ActiveRecord exposes the BLOB (or CLOB) contents as a Ruby String.

John Topley
+4  A: 

+1 for attachment_fu

I use attachment_fu in one of my apps and MUST store files in the DB (for annoying reasons which are outside the scope of this convo).

The (one?) tricky thing dealing w/BLOB's I've found is that you need a separate code path to send the data to the user -- you can't simply in-line a path on the filesystem like you would if it was a plain-Jane file.

e.g. if you're storing avatar information, you can't simply do:

<%= image_tag @youruser.avatar.path %>

you have to write some wrapper logic and use send_data, e.g. (below is JUST an example w/attachment_fu, in practice you'd need to DRY this up)

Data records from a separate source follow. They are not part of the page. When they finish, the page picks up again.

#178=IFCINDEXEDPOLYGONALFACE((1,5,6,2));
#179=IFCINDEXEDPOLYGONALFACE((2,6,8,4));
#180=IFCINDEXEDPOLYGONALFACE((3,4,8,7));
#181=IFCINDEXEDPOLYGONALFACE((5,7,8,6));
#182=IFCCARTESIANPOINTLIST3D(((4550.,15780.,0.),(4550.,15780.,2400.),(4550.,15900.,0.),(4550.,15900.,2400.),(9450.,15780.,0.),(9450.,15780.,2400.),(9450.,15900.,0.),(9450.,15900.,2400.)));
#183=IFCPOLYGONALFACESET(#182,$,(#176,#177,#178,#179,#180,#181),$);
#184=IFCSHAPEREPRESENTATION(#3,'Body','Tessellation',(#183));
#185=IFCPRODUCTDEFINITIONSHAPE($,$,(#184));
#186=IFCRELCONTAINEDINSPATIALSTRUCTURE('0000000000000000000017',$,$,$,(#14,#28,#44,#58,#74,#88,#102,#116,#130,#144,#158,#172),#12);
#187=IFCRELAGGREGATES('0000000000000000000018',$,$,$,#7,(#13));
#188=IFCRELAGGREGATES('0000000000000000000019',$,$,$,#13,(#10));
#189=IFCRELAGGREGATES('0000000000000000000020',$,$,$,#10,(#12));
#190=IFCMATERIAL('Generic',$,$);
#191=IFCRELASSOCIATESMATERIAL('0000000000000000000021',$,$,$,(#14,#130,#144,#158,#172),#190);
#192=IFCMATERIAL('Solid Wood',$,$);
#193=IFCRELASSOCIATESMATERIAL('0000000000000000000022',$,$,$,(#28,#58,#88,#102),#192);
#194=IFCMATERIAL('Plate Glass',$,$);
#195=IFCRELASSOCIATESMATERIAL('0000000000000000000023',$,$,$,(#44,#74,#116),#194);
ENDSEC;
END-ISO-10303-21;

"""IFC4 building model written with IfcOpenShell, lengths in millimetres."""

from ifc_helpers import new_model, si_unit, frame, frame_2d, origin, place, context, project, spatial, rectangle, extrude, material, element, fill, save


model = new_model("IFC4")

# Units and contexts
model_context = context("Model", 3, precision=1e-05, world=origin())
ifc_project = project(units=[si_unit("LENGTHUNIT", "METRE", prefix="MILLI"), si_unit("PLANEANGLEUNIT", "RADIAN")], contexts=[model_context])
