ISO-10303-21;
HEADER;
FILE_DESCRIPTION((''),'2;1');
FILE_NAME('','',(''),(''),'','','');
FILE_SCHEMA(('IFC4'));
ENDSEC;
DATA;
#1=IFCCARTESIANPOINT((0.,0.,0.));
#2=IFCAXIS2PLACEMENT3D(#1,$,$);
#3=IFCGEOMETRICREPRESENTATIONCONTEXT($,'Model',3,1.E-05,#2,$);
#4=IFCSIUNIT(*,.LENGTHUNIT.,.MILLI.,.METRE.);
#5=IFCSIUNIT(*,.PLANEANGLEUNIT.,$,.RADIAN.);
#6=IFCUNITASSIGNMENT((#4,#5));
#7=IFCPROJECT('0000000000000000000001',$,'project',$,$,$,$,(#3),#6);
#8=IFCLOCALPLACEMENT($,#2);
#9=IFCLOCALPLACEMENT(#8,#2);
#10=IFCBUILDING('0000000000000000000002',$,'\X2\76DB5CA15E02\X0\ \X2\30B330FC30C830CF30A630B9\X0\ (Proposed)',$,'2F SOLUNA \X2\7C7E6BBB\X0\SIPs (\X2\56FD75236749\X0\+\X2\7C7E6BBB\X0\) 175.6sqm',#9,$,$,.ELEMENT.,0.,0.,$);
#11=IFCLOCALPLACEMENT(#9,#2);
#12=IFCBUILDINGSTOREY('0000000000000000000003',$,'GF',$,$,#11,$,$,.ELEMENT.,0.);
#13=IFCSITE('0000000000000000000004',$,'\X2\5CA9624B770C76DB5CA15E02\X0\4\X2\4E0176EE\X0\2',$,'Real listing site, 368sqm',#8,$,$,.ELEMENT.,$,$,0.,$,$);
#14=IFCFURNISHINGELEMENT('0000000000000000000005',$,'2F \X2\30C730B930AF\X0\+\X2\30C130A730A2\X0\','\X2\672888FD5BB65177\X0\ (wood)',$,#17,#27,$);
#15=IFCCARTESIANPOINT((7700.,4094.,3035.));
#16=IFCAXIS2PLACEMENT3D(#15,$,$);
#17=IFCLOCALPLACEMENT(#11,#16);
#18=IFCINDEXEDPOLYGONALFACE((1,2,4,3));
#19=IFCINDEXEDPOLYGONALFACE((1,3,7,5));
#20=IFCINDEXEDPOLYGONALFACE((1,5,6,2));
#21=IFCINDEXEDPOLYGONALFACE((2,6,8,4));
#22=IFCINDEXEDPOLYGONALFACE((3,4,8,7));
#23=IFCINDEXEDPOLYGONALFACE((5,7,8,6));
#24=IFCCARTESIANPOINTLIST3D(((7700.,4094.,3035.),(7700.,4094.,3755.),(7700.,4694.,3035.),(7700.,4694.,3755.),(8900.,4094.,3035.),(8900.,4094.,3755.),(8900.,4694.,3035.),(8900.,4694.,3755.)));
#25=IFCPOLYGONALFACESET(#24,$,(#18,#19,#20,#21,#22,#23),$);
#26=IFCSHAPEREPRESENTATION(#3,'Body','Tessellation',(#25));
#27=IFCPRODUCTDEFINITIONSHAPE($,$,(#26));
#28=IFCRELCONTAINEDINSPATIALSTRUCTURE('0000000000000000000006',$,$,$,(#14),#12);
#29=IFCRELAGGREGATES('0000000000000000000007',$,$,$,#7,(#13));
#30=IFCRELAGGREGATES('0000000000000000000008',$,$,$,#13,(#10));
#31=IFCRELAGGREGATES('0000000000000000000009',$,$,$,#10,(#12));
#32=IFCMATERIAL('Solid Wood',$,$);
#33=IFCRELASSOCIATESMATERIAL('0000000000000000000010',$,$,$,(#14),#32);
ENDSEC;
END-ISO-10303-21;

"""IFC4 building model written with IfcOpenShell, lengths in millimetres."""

from ifc_helpers import new_model, si_unit, frame, frame_2d, origin, place, context, project, spatial, rectangle, extrude, material, element, save


model = new_model("IFC4")

# Units and contexts
model_context = context("Model", 3, precision=1e-05, world=origin())
ifc_project = project(units=[si_unit("LENGTHUNIT", "METRE", prefix="MILLI"), si_unit("PLANEANGLEUNIT", "RADIAN")], contexts=[model_context])

# Site, building, storey
site_placement = place(None, origin())
site = spatial("IfcSite", under=ifc_project, at=site_placement, Name="岩手県盛岡市4丁目2", ObjectType="Real listing site, 368sqm", CompositionType="ELEMENT", RefElevation=0.0)
building_placement = place(site_placement, origin())
building = spatial("IfcBuilding", under=site, at=building_placement, Name="盛岡市 コートハウス (Proposed)", ObjectType="2F SOLUNA 籾殻SIPs (国産杉+籾殻) 175.6sqm", CompositionType="ELEMENT", ElevationOfRefHeight=0.0, ElevationOfTerrain=0.0)
storey_placement = place(building_placement, origin())
storey = spatial("IfcBuildingStorey", under=building, at=storey_placement, Name="GF", CompositionType="ELEMENT", Elevation=0.0)

# Shared definitions
ifc_material_1 = material(Name="Solid Wood")

# Furnishing element
furnishing_1_placement = place(storey_placement, frame((7700.0, 4094.0, 3035.0)))
element("IfcFurnishingElement", 1, at=furnishing_1_placement, inside=storey, material=ifc_material_1, Name="2F デスク+チェア", Description="木製家具 (wood)", context=model_context, shape_type="SweptSolid", body=[
    extrude(rectangle(XDim=1200.0, YDim=600.0, at=frame_2d((600.0, 300.0))), frame((7700.0, 4094.0, 3035.0)), (0.0, 0.0, 1.0), 720.0),
])

save(model, "model.ifc")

send_data(@youruser.avatar.current_data, :type => @youruser.avatar.content_type, :filename => @youruser.avatar.filename, :disposition => 'inline' )

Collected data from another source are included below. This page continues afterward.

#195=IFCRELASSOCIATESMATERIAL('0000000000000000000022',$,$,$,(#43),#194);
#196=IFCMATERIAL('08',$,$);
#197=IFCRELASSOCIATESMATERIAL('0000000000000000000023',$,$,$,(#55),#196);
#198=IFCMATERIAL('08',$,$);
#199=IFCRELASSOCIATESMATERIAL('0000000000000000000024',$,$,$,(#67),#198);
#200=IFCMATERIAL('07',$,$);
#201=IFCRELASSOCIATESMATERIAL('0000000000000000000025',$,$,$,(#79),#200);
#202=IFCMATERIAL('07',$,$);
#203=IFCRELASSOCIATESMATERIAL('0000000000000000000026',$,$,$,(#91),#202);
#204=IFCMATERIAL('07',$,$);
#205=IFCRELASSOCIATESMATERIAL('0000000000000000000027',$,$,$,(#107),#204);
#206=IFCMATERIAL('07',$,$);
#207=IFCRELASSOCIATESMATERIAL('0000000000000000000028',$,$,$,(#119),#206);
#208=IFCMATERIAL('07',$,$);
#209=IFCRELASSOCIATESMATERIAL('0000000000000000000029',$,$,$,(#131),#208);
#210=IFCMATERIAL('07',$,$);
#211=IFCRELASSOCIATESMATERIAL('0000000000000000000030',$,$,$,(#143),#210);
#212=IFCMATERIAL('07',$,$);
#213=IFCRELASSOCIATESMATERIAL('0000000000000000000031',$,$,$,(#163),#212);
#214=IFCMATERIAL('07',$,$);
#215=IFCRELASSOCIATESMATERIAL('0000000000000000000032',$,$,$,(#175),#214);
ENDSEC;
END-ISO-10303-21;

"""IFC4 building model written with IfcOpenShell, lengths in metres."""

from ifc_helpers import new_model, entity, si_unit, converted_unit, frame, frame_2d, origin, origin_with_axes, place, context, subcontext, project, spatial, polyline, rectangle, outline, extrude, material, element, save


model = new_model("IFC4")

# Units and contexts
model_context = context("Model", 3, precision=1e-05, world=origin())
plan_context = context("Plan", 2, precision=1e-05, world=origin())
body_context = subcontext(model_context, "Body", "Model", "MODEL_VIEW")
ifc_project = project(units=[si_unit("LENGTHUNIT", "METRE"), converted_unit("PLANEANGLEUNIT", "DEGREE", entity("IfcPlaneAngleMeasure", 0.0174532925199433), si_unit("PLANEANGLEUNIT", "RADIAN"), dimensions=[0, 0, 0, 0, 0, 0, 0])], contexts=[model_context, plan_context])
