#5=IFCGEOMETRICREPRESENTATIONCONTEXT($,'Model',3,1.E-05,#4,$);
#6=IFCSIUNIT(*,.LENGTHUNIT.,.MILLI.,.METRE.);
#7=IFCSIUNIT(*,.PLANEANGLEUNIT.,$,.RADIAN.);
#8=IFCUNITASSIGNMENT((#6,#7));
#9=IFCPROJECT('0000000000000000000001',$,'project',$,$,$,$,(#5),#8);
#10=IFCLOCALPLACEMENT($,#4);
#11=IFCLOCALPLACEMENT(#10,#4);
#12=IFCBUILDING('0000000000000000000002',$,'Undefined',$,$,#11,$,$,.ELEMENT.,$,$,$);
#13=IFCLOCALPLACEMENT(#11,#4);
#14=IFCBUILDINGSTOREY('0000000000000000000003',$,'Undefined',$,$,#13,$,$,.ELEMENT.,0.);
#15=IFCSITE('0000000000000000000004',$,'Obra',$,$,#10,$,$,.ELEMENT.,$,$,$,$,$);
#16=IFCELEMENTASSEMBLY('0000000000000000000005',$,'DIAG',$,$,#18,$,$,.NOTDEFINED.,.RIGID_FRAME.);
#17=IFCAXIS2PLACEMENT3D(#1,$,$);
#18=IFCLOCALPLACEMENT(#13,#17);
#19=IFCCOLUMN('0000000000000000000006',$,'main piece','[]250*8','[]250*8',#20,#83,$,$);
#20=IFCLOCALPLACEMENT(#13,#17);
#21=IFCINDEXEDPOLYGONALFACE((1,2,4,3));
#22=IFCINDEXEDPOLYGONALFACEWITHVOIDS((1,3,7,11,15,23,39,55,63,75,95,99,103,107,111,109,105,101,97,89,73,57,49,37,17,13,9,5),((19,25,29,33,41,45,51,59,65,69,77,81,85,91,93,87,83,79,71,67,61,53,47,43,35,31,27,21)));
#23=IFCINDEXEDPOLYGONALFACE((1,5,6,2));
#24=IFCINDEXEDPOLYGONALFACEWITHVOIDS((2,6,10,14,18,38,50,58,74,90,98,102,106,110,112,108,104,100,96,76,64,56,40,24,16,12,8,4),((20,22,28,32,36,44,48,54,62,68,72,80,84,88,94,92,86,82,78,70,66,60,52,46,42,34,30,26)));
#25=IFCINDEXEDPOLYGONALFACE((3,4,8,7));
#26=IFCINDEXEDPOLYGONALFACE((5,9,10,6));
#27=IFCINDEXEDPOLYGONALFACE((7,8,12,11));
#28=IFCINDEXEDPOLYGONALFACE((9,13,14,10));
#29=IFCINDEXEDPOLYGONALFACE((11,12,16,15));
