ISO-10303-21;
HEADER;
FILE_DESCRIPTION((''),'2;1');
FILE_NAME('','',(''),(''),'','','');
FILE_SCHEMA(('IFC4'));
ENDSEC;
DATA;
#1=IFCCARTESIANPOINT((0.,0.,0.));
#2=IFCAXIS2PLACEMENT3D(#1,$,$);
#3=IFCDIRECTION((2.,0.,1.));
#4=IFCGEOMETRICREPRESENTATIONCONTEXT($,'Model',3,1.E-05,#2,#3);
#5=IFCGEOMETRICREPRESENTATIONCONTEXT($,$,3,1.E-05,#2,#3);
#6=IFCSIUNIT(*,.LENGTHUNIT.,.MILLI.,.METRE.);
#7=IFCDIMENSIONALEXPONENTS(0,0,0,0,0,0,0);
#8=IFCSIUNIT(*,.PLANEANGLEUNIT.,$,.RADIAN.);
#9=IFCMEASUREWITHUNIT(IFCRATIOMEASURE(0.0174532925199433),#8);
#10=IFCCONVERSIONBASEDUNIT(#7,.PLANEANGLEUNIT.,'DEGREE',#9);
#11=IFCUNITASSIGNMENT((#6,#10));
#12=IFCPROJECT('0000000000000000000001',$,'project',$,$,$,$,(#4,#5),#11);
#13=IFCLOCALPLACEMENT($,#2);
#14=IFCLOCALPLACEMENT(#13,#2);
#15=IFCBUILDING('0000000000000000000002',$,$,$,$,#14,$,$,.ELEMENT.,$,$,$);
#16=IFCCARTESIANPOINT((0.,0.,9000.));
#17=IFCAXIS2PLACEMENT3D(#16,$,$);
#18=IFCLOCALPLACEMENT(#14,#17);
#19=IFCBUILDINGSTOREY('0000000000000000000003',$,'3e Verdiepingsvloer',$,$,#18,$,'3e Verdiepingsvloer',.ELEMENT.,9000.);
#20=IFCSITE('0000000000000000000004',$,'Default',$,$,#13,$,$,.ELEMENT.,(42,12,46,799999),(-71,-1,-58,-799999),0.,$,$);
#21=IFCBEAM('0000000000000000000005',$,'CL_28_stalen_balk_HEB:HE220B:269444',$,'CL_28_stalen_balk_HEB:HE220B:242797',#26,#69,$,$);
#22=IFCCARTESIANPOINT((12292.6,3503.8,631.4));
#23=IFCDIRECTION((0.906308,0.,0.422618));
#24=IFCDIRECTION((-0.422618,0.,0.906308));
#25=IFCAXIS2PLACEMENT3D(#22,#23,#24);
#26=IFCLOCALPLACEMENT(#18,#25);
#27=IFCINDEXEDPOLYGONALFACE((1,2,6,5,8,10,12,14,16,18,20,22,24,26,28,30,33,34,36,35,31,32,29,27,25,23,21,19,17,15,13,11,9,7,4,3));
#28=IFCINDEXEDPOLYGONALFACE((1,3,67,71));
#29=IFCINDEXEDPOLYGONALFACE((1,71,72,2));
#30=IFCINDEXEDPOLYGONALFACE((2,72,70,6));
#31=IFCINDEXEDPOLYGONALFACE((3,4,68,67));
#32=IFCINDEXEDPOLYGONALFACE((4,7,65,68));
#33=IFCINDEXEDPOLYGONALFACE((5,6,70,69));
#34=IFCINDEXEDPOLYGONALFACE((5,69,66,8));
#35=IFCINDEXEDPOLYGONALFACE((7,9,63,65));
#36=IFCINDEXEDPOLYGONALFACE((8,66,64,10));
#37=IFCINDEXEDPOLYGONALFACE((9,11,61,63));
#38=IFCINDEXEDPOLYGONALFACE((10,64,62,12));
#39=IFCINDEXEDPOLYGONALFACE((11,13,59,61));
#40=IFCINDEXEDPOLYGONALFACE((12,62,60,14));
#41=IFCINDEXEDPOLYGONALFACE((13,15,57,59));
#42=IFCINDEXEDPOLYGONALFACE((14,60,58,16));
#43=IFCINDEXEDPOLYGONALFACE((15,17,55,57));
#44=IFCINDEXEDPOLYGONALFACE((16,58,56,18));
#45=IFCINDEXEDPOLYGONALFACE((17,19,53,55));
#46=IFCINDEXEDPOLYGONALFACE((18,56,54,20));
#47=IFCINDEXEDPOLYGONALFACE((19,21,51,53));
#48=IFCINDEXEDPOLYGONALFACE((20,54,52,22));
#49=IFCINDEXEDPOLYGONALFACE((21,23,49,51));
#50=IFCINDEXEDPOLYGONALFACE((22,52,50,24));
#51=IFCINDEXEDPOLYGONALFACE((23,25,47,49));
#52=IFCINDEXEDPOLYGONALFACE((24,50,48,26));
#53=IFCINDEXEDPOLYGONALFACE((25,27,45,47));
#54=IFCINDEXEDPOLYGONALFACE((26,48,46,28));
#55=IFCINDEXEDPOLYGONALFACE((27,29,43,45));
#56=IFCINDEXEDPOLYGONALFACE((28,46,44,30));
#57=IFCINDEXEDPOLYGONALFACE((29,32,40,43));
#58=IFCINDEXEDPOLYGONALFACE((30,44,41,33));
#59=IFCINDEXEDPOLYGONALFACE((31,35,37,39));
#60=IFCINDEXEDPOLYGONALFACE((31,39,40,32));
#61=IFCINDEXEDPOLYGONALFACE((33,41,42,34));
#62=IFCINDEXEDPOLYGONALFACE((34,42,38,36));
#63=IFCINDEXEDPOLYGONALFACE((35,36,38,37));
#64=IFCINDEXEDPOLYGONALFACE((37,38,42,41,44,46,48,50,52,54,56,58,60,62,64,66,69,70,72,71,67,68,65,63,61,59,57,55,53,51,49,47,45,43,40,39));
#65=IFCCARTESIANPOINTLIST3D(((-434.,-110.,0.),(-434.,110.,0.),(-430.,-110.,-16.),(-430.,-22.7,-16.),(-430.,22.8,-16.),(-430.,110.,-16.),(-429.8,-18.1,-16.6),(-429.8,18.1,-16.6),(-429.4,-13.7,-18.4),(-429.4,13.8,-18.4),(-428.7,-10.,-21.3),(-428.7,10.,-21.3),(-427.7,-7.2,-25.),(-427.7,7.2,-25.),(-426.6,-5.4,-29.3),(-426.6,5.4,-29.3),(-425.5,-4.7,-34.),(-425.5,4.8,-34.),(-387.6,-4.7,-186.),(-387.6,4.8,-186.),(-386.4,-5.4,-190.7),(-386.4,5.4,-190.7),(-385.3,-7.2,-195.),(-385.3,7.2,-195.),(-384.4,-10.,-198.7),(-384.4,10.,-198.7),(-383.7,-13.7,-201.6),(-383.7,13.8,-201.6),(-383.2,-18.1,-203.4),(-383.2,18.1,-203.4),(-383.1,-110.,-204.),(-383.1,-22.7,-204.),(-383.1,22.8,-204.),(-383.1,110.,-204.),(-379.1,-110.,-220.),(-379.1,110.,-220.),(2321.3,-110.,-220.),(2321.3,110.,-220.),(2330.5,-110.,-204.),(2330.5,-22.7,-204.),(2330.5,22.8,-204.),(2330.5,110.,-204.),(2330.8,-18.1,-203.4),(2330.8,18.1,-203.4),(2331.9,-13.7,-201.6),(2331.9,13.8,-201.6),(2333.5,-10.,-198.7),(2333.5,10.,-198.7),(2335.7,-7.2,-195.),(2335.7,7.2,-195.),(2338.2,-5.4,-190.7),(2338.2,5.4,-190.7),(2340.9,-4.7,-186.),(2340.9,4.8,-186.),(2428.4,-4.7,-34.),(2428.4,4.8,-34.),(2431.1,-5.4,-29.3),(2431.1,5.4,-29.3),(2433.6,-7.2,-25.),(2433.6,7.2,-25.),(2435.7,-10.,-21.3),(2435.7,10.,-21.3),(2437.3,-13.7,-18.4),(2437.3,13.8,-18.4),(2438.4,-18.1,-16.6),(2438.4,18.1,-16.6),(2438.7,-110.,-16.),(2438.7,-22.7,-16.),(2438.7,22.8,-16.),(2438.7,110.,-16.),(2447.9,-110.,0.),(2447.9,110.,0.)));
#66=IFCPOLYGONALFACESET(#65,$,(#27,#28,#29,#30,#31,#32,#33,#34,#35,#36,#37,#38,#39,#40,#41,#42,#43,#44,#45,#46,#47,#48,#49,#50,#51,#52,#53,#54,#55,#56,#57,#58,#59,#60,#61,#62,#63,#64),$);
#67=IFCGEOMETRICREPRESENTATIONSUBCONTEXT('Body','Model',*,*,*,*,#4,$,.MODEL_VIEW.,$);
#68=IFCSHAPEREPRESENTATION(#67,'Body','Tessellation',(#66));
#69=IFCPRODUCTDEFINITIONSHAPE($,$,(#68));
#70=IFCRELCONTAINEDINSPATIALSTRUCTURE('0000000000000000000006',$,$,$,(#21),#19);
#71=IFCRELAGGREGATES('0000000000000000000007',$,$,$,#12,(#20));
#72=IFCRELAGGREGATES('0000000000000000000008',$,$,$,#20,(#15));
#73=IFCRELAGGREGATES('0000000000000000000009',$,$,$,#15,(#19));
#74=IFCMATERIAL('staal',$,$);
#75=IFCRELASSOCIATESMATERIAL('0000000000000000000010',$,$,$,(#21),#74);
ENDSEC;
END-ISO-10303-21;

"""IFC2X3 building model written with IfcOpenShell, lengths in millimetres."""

from ifc_helpers import new_model, entity, si_unit, converted_unit, direction, frame, frame_2d, origin, place, context, subcontext, project, spatial, i_section, extrude, clip, halfspace, material, element, save


model = new_model("IFC2X3")

# Units and contexts
model_context = context("Model", 3, precision=1e-05, world=origin(), true_north=direction((2.0, 0.0, 1.0)))
context_of_model = context(None, 3, precision=1e-05, world=origin(), true_north=direction((2.0, 0.0, 1.0)))
body_context = subcontext(model_context, "Body", "Model", "MODEL_VIEW")
ifc_project = project(units=[si_unit("LENGTHUNIT", "METRE", prefix="MILLI"), converted_unit("PLANEANGLEUNIT", "DEGREE", entity("IfcRatioMeasure", 0.0174532925199433), si_unit("PLANEANGLEUNIT", "RADIAN"), dimensions=[0, 0, 0, 0, 0, 0, 0])], contexts=[model_context, context_of_model])

# Site, building, storey
site_placement = place(None, origin())
site = spatial("IfcSite", under=ifc_project, at=site_placement, Name="Default", CompositionType="ELEMENT", RefLatitude=(42, 12, 46, 799999), RefLongitude=(-71, -1, -58, -799999), RefElevation=0.0)
building_placement = place(site_placement, origin())
building = spatial("IfcBuilding", under=site, at=building_placement, CompositionType="ELEMENT")
storey_placement = place(building_placement, frame((0.0, 0.0, 9000.0)))
storey = spatial("IfcBuildingStorey", under=building, at=storey_placement, Name="3e Verdiepingsvloer", LongName="3e Verdiepingsvloer", CompositionType="ELEMENT", Elevation=9000.0)

# Beam
ifc_material_1 = material(Name="staal")
beam_1_placement = place(storey_placement, frame((12292.6, 3503.8, 631.4), z_axis=(0.906308, 0.0, 0.422618), x_axis=(-0.422618, 0.0, 0.906308)))
element("IfcBeam", 1, at=beam_1_placement, inside=storey, material=ifc_material_1, Name="CL_28_stalen_balk_HEB:HE220B:269444", ObjectType="CL_28_stalen_balk_HEB:HE220B:242797", context=body_context, shape_type="Clipping", body=[
    clip(clip(extrude(i_section(OverallWidth=220.0, OverallDepth=220.0, WebThickness=9.5, FlangeThickness=16.0, FilletRadius=18.0, at=frame_2d((0.0, 0.0), x_axis=(0.0, 1.0))), frame((-434.0, 0.0, -110.0), z_axis=(1.0, 0.0, 0.0), x_axis=(0.0, 0.0, -1.0)), (0.0, 0.0, 1.0), 2881.9), halfspace(frame((-475.4, -2115.1, 166.1), z_axis=(-0.970296, 0.0, -0.241922), x_axis=(-0.241922, 0.0, 0.970296)), False)), halfspace(frame((2447.9, -2115.1, 0.0), z_axis=(0.86662, 0.0, -0.498969), x_axis=(0.498969, 0.0, 0.86662)), False)),
])

save(model, "model.ifc")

Unfortunately, as far as I know attachment_fu (I don't have the latest version) does not do clever wrapping for you -- you've gotta write it yourself.

P.S. Seeing your question edit - Attachment_fu handles all that annoying stuff that you mention -- about needing to know file paths and all that crap -- EXCEPT the one little issue when storing in the DB. Give it a try; it's the standard for rails apps. IF you insist on re-inventing the wheel, the source code for attachment_fu should document most of the gotchas, too!

Matt Rogish
A: 

Look into the plugin, x_send_file too.

"The XSendFile plugin provides a simple interface for sending files via the X-Sendfile HTTP header. This enables your web server to serve the file directly from disk, instead of streaming it through your Rails process. This is faster and saves a lot of memory if you‘re using Mongrel. Not every web server supports this header. YMMV."

I'm not sure if it's usable with Blobs, it may just be for files on the file system. But you probably need something that doesn't tie up the web server streaming large chunks of data.

+3  A: 

As for streaming, you can do it all in an (at least memory-) efficient way. On the upload side, file parameters in forms are abstracted as IO objects that you can read from; on the download side, look in to the form of render :text => that takes a Proc argument:

render :content_type => 'application/octet-stream', :text => Proc.new {
    |response, output|
    # do something that reads data and writes it to output
}

If your stuff is in files on disk, though, the aforementioned solutions will certainly work better.